(Collected data entries)
========

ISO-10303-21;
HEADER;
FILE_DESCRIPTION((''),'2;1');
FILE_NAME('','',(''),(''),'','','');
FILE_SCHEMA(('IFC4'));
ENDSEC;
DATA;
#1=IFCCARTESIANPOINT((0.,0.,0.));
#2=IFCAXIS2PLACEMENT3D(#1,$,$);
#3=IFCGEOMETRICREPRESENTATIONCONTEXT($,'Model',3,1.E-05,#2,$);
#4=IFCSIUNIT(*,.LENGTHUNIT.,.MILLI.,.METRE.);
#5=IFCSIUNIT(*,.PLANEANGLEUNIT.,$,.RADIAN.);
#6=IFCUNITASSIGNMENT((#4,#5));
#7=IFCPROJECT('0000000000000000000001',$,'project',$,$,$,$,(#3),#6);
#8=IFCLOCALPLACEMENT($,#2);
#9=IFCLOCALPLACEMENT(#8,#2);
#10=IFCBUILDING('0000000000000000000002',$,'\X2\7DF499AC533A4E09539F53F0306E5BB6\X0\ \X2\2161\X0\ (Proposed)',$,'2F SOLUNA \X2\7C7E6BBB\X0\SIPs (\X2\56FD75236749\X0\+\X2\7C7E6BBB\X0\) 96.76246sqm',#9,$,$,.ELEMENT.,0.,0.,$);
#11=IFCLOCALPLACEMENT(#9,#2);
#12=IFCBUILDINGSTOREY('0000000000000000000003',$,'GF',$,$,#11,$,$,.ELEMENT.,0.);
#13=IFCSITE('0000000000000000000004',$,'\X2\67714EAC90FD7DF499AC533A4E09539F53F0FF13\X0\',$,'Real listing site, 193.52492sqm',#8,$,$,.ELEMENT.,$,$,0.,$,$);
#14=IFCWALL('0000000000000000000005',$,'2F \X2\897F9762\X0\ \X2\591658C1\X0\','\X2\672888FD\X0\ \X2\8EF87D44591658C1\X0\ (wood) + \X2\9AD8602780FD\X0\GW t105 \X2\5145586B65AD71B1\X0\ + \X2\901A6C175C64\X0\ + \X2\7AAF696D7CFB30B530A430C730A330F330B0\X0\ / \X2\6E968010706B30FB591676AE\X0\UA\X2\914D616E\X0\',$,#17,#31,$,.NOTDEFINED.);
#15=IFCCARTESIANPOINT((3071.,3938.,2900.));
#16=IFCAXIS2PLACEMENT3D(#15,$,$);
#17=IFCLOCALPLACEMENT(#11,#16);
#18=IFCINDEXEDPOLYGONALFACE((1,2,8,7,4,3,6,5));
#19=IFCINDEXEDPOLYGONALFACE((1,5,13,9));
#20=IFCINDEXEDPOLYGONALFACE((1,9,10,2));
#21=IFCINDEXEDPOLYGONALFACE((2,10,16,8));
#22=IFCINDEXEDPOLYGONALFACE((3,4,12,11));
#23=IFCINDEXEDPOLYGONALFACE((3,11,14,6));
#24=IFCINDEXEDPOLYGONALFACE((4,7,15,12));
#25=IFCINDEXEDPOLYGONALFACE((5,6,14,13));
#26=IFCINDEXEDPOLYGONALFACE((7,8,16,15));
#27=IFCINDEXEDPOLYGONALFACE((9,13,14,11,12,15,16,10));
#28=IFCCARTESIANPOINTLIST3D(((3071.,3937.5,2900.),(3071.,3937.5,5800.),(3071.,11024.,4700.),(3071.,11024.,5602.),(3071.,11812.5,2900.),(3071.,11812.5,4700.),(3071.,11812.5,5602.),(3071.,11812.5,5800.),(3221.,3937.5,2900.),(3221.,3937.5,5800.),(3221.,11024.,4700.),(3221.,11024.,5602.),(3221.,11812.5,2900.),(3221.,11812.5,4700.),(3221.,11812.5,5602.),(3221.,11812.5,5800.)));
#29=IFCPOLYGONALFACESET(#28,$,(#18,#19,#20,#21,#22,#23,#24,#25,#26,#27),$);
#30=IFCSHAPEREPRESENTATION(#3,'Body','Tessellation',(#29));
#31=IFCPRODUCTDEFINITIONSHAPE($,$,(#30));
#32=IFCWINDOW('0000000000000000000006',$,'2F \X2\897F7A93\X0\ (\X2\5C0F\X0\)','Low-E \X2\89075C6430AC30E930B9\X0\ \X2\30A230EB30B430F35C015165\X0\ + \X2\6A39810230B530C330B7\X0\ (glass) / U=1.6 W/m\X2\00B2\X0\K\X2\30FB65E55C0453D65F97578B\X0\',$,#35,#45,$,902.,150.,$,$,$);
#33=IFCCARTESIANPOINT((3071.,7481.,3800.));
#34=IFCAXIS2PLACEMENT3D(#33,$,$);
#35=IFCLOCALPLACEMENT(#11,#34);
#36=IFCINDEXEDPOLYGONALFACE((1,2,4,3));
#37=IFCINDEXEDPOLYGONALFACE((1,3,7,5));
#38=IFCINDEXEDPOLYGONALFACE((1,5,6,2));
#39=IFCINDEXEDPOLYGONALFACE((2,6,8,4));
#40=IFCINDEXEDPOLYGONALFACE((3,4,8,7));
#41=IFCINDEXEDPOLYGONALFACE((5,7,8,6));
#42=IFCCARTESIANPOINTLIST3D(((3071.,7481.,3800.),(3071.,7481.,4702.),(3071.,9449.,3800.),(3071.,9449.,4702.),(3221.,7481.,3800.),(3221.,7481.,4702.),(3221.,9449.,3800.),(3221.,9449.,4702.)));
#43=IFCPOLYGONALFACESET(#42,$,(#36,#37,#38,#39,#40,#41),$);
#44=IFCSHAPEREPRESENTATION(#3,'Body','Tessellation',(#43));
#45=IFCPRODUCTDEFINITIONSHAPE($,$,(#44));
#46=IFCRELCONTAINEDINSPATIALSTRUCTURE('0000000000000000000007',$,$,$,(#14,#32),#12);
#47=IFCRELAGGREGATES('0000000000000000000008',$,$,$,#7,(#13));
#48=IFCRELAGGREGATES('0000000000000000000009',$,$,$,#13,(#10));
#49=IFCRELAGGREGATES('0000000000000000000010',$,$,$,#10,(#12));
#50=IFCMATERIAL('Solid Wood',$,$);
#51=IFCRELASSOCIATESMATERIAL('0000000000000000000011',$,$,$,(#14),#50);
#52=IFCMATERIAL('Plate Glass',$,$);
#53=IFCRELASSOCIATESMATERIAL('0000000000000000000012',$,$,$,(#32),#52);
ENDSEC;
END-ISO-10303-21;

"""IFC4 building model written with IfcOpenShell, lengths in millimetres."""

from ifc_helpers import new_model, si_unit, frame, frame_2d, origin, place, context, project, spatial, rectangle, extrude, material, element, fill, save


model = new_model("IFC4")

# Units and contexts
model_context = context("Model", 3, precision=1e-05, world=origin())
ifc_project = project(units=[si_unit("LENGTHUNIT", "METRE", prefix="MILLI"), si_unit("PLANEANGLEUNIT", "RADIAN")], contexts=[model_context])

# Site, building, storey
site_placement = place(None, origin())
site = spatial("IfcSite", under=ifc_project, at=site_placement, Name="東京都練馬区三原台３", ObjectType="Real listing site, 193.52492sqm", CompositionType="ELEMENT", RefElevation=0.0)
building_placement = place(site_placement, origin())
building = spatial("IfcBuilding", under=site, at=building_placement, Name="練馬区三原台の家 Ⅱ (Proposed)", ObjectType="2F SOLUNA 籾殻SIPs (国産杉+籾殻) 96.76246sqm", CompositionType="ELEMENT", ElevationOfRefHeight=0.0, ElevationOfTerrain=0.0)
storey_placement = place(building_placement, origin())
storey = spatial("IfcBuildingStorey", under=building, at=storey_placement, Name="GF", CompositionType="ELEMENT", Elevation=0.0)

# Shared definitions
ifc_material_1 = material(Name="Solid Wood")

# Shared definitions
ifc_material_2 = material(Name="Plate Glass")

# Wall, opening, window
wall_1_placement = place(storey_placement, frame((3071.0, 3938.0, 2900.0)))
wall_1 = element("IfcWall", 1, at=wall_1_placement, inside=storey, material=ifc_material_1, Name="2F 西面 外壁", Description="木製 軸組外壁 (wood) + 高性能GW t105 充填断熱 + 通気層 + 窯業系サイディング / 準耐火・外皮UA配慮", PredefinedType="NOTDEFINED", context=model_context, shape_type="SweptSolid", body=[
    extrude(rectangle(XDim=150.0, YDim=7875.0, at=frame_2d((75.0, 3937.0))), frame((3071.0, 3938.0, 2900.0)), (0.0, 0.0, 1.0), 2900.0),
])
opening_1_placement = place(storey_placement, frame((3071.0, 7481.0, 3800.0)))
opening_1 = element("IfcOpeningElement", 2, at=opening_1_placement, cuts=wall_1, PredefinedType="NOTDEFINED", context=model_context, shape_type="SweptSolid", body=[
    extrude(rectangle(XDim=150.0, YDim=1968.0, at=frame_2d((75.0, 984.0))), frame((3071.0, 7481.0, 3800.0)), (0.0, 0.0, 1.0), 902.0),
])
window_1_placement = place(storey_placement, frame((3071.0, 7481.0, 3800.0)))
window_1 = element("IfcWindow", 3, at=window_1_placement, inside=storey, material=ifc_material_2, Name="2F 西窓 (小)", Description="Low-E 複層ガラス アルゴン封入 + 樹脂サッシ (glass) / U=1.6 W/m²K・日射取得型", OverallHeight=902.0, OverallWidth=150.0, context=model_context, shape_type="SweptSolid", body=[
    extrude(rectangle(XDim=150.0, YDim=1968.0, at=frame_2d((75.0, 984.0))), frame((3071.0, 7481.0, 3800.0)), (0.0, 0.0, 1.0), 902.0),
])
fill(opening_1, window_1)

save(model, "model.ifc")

========

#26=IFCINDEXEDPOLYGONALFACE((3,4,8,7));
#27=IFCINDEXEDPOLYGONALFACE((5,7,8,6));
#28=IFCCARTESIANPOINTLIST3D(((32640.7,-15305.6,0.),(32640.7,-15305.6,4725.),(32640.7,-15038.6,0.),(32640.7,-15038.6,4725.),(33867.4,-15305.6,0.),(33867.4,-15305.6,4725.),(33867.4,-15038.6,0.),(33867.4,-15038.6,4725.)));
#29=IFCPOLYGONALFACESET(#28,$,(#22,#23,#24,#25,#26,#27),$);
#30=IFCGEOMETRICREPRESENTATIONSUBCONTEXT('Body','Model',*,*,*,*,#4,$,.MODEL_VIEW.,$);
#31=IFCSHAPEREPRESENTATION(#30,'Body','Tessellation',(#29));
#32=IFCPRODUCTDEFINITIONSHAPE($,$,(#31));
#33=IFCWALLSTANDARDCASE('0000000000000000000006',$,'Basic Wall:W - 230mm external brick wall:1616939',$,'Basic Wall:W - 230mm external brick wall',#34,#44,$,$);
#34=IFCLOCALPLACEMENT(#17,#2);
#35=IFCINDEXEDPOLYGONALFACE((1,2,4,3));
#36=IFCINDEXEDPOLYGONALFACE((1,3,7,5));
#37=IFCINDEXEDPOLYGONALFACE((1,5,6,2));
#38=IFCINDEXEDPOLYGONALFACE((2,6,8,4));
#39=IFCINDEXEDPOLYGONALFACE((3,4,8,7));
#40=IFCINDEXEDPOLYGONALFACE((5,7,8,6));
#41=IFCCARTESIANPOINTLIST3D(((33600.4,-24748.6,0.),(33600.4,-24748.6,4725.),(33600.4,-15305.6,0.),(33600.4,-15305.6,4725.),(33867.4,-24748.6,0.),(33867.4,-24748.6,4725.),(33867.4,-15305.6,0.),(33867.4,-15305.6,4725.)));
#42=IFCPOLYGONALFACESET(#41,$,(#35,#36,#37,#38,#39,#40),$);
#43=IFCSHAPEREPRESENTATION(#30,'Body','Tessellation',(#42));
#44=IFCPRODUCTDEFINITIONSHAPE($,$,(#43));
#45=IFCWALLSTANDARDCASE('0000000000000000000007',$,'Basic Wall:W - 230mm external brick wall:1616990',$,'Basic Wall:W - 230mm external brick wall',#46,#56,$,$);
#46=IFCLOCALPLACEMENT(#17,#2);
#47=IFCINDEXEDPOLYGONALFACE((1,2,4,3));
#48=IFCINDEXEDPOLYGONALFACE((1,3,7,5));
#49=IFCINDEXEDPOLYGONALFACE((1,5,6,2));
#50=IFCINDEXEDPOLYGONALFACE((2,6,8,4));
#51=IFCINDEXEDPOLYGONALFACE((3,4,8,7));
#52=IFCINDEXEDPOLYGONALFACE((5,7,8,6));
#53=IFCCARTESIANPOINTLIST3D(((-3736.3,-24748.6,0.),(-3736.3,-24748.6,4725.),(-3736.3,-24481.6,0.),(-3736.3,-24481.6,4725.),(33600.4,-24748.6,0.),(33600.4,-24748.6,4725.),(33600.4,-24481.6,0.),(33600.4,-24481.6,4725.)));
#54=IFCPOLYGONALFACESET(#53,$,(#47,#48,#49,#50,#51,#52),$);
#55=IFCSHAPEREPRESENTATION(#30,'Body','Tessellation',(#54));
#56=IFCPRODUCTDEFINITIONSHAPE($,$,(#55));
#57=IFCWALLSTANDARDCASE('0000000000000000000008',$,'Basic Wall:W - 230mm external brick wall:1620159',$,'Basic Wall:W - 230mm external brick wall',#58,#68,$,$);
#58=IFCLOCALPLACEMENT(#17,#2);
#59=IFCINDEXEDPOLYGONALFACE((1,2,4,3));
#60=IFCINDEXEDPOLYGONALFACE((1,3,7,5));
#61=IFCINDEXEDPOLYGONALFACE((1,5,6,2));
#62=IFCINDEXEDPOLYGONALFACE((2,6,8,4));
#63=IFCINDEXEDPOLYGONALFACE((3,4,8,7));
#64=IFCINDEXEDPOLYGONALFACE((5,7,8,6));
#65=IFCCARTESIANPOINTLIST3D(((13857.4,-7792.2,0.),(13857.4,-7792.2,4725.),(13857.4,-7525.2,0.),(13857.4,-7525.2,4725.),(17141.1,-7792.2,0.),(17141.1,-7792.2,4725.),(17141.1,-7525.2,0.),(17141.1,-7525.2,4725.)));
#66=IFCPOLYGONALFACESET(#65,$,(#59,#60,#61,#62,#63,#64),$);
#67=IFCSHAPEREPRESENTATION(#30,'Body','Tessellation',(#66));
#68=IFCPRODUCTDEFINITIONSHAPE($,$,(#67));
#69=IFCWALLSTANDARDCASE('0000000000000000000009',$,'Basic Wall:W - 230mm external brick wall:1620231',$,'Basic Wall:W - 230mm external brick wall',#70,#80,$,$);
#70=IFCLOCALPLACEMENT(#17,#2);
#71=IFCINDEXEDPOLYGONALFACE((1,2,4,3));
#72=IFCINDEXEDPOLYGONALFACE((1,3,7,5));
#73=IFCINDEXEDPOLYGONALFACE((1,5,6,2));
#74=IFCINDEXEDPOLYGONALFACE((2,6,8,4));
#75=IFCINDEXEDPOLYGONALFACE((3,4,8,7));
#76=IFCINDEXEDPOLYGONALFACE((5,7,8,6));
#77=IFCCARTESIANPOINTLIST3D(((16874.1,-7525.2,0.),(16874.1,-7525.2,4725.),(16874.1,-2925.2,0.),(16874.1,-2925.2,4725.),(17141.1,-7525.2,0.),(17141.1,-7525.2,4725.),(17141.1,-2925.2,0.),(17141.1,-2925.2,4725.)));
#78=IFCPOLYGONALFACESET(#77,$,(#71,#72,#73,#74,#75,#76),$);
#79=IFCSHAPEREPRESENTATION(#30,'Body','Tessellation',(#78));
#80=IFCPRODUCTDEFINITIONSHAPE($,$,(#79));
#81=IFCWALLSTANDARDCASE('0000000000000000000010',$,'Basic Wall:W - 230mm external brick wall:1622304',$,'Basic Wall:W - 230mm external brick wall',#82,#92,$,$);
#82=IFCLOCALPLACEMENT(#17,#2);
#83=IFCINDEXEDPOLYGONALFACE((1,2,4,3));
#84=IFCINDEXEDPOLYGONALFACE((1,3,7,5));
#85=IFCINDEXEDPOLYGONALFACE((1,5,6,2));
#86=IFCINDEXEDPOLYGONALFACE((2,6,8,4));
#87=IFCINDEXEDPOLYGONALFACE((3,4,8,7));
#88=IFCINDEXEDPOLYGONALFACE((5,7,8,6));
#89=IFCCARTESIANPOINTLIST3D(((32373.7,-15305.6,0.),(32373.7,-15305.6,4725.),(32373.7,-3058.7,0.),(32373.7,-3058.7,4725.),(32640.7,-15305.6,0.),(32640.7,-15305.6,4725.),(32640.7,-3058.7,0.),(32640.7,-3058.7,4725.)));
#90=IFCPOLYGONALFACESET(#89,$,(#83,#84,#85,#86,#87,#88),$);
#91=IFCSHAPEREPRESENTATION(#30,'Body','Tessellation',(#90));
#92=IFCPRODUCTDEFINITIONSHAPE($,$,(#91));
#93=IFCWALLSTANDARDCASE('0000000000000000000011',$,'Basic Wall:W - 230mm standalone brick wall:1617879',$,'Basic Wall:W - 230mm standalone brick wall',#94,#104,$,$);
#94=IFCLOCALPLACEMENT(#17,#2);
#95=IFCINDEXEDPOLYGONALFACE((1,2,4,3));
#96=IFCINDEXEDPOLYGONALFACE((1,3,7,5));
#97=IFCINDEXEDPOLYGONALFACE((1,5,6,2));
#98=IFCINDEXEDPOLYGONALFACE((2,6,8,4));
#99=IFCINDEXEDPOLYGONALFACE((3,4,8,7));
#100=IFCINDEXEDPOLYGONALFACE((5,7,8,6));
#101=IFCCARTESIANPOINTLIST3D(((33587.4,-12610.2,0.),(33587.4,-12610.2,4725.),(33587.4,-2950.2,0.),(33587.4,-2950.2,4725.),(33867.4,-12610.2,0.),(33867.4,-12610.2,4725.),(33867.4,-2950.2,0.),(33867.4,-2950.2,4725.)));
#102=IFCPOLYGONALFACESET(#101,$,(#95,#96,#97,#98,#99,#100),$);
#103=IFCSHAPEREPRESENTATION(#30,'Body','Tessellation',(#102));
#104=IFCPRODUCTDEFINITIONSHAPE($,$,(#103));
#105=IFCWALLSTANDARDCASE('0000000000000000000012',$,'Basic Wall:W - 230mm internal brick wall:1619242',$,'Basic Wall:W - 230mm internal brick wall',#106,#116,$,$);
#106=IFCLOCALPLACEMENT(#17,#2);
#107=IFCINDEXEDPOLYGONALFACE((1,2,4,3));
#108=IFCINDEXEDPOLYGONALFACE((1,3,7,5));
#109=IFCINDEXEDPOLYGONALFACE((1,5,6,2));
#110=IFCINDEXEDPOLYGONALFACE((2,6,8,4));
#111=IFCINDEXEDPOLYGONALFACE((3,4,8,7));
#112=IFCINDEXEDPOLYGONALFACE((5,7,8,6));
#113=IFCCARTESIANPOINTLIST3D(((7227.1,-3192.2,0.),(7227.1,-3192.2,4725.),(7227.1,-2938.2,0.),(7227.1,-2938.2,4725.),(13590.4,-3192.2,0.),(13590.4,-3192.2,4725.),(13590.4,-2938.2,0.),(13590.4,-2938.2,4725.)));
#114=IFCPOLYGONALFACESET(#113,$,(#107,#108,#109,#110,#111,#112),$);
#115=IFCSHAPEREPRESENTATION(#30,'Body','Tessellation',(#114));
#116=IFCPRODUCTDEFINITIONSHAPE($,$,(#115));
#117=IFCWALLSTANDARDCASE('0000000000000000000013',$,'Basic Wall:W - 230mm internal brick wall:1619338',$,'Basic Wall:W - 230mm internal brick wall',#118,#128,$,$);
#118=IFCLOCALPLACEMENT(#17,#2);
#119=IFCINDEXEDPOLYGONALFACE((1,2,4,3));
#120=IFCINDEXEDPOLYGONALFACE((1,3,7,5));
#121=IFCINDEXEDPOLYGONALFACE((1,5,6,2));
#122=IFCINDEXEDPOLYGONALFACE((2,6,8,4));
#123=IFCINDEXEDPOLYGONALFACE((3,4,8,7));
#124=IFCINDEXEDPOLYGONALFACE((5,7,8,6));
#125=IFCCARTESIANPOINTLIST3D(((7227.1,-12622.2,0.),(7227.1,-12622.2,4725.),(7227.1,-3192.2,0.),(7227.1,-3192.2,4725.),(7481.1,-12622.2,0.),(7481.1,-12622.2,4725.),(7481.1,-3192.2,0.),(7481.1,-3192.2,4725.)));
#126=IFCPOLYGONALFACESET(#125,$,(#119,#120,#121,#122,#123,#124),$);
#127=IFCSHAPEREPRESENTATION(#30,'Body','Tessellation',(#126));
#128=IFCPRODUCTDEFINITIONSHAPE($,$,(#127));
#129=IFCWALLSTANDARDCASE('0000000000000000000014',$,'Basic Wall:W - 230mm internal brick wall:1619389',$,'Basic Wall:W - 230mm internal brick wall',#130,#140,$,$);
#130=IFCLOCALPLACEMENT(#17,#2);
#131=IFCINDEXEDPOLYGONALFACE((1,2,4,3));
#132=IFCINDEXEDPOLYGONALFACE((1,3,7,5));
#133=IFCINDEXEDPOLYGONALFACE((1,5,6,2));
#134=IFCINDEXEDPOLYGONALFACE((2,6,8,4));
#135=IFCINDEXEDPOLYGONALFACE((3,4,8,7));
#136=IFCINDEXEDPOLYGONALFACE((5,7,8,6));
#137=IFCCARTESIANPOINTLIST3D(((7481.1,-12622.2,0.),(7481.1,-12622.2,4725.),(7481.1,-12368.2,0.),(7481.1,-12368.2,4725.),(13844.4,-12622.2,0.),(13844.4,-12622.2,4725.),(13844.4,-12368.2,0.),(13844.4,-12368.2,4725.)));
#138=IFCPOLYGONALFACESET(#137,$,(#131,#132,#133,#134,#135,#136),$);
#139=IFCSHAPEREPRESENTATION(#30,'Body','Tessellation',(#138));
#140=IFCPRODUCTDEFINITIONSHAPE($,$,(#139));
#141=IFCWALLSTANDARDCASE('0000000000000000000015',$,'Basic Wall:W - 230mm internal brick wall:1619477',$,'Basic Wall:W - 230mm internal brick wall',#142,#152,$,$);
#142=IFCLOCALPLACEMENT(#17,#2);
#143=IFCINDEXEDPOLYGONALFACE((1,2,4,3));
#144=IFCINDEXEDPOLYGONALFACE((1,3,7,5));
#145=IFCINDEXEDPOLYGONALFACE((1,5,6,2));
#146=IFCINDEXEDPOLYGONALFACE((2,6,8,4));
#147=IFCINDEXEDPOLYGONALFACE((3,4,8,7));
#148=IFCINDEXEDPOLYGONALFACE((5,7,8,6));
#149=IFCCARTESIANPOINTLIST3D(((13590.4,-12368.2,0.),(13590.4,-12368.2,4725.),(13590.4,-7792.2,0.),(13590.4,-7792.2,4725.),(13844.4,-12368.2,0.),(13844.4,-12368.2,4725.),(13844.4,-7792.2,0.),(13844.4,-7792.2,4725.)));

========

Copy every line from the records above that contains the word "IFCSHAPEREPRESENTATION".

Response to this task:
#30=IFCSHAPEREPRESENTATION(#3,'Body','Tessellation',(#29));
#44=IFCSHAPEREPRESENTATION(#3,'Body','Tessellation',(#43));
#31=IFCSHAPEREPRESENTATION(#30,'Body','Tessellation',(#29));
#43=IFCSHAPEREPRESENTATION(#30,'Body','Tessellation',(#42));
#55=IFCSHAPEREPRESENTATION(#30,'Body','Tessellation',(#54));
#67=IFCSHAPEREPRESENTATION(#30,'Body','Tessellation',(#66));
#79=IFCSHAPEREPRESENTATION(#30,'Body','Tessellation',(#78));
#91=IFCSHAPEREPRESENTATION(#30,'Body','Tessellation',(#90));
#103=IFCSHAPEREPRESENTATION(#30,'Body','Tessellation',(#102));
#115=IFCSHAPEREPRESENTATION(#30,'Body','Tessellation',(#114));
#127=IFCSHAPEREPRESENTATION(#30,'Body','Tessellation',(#126));
#139=IFCSHAPEREPRESENTATION(#30,'Body','Tessellation',(#138));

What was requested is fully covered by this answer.